Assume that we have samples of size \(n\) for dependent variable \(Y\) and independent variable \(X\). We wish to estimate the simple regression of \(Y\) and \(X\). The classic normal linear regression model assumptions are as follows:
-
-
- Linearity: A linear relationship implies that the change in \(Y\) due to a one-unit change in \(X\) is constant, regardless of the value \(X\) takes. If the relationship between the two is not linear, the regression model will not accurately capture the trend, resulting in inaccurate predictions. The model will be biased and underestimate or overestimate \(Y\) at various points. For example, the model \(Y=b_0+b_1e^{b_1x}\) is nonlinear in \(b_1\). For this reason, we should not attempt to fit a linear model between \(X\) and \(Y\). It also follows that the independent variable, \(X\), must be non-stochastic (must not be random). A random independent variable rules out a linear relationship between the dependent and independent variables. In addition, linearity means the residuals should not exhibit an observable pattern when plotted against the independent variable. Instead, they should be completely random.
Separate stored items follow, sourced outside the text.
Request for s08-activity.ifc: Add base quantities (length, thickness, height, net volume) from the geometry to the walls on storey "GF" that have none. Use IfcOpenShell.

First a look at what the model holds.

```python
import ifcopenshell
import ifcopenshell.util.element
import ifcopenshell.util.unit

model = ifcopenshell.open("s08-activity.ifc")
print(model.schema)
for unit_type in ("LENGTHUNIT", "AREAUNIT", "VOLUMEUNIT"):
    print(unit_type, ifcopenshell.util.unit.calculate_unit_scale(model, unit_type))
storey = next(s for s in model.by_type("IfcBuildingStorey") if s.Name == "GF")
walls = [e for e in ifcopenshell.util.element.get_decomposition(storey) if e.is_a("IfcWall")]
for e in sorted(walls, key=lambda e: e.id()):
    print(e.id(), e.is_a(), e.Name, list(ifcopenshell.util.element.get_psets(e, qtos_only=True)), sep=" | ")
```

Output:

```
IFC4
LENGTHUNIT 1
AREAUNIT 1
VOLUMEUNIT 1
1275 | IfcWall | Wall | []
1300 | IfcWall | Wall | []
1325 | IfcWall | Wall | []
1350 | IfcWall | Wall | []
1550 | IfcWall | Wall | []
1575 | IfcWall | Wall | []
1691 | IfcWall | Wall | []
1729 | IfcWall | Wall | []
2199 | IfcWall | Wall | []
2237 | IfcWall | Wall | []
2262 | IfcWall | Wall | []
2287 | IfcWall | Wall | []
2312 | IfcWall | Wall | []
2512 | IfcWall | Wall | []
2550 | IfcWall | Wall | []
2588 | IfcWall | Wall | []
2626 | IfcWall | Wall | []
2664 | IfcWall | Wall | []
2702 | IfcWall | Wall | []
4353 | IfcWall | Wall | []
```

```python
import ifcopenshell
import ifcopenshell.api.pset
import ifcopenshell.geom
import ifcopenshell.util.element
import ifcopenshell.util.shape
import ifcopenshell.util.unit

model = ifcopenshell.open("s08-activity.ifc")
unit_scale = ifcopenshell.util.unit.calculate_unit_scale(model)
volume_scale = ifcopenshell.util.unit.calculate_unit_scale(model, "VOLUMEUNIT")
settings = ifcopenshell.geom.settings()

storey = next(s for s in model.by_type("IfcBuildingStorey") if s.Name == "GF")
walls = [e for e in ifcopenshell.util.element.get_decomposition(storey) if e.is_a("IfcWall")]

for e in sorted(walls, key=lambda e: e.id()):
    if ifcopenshell.util.element.get_psets(e, qtos_only=True, should_inherit=False):
        continue
    # Geometry comes back in metres, in the element's own axes.
    shape = ifcopenshell.geom.create_shape(settings, e)
    values = {
        "Length": ifcopenshell.util.shape.get_x(shape.geometry) / unit_scale,
        "Width": ifcopenshell.util.shape.get_y(shape.geometry) / unit_scale,
        "Height": ifcopenshell.util.shape.get_z(shape.geometry) / unit_scale,
        "NetVolume": ifcopenshell.util.shape.get_volume(shape.geometry) / volume_scale,
    }
    qto = ifcopenshell.api.pset.add_qto(model, product=e, name="Qto_WallBaseQuantities")
    ifcopenshell.api.pset.edit_qto(model, qto=qto, properties=values)
    print(e.id(), {k: round(v, 3) for k, v in values.items()})

model.write("s08-activity_edited.ifc")
```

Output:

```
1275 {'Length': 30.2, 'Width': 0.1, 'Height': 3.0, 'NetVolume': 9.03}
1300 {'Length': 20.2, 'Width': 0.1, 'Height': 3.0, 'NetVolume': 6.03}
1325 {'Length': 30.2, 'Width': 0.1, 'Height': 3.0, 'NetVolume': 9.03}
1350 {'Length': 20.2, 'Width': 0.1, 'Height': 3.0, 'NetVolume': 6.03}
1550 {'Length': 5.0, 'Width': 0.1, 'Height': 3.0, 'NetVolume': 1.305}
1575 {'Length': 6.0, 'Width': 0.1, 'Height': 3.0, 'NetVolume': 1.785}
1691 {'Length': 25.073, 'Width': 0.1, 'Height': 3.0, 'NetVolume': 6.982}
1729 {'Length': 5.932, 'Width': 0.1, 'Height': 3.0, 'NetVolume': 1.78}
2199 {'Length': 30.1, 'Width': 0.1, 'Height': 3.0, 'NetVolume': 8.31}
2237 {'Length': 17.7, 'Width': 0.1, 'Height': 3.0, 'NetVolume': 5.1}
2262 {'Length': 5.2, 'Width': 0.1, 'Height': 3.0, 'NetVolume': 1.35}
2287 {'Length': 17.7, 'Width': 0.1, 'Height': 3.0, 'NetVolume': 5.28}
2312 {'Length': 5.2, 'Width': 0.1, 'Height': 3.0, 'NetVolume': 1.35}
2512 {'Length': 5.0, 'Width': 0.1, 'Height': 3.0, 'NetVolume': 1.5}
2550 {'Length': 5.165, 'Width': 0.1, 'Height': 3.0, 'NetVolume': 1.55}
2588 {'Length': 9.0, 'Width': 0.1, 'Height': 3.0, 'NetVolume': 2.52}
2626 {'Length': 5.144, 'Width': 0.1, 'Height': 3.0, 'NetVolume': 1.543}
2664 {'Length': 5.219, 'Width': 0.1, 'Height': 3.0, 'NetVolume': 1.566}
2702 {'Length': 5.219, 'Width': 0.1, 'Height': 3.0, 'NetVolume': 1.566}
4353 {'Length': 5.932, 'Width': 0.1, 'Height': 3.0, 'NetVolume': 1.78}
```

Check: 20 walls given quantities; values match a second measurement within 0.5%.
In the example below, we’re looking at a scenario where the residuals appear to show a pattern when plotted against the independent variable, \(X\). This effectively indicates a nonlinear relation.
- Normality Assumption: This assumption implies that the error terms (residuals) must follow a normal distribution. It’s important to note that this doesn’t mean the dependent and independent variables must be normally distributed. However, checking the distribution of the dependent and independent variables is crucial to identify any outliers. A histogram of the residuals can be used to detect if the error term is normally distributed. A symmetric bell-shaped histogram indicates that the normality assumption is likely to be true.
- Homoskedasticity: Homoskedasticity implies that the variance of the error terms is constant across all observations. Mathematically, this is expressed as:$$ E\left(\epsilon_i^2\right)=\sigma_\epsilon^2,\ \ i=1,2,\ldots,n $$If the variance of residuals varies across observations, then we refer to this as heteroskedasticity (not homoscedasticity). We plot the least square residuals against the independent variable to test for heteroscedasticity. If there is an evident pattern in the plot, that is a manifestation of heteroskedasticity.
In case residuals and the predicted values increase simultaneously, then such a situation is known as heteroscedasticity (or heteroskedasticity).
- Independence Assumption: The independence assumption implies that the observations \(X_i\) and \(Y_i\) are independent of each other. Failure to satisfy this assumption implies the variables are not independent, and thus, residuals will be correlated. To ascertain this assumption, we visually and statistically analyze the residuals to check whether residual shows exhibit a pattern.
Question
A regression model with one independent variable requires several assumptions for valid conclusions. Which of the following statements most likely violates those assumptions?
- The independent variable is random.
- The error term is distributed normally.
- There exists a linear relationship between the dependent variable and the independent variable.
Solution
The correct answer is A.
Linear regression assumes that the independent variable, X, is NOT random. This ensures that the model produces the correct estimates of the regression coefficients.
B is incorrect. The assumption that the error term is distributed normally allows us to easily test a particular hypothesis about a linear regression model.
C is incorrect. Essentially, the assumption that the dependent and independent variables have a linear relationship is the key to a valid linear regression. If the parameters of the dependent and independent variables are not linear, then the estimation of that relation can yield invalid results.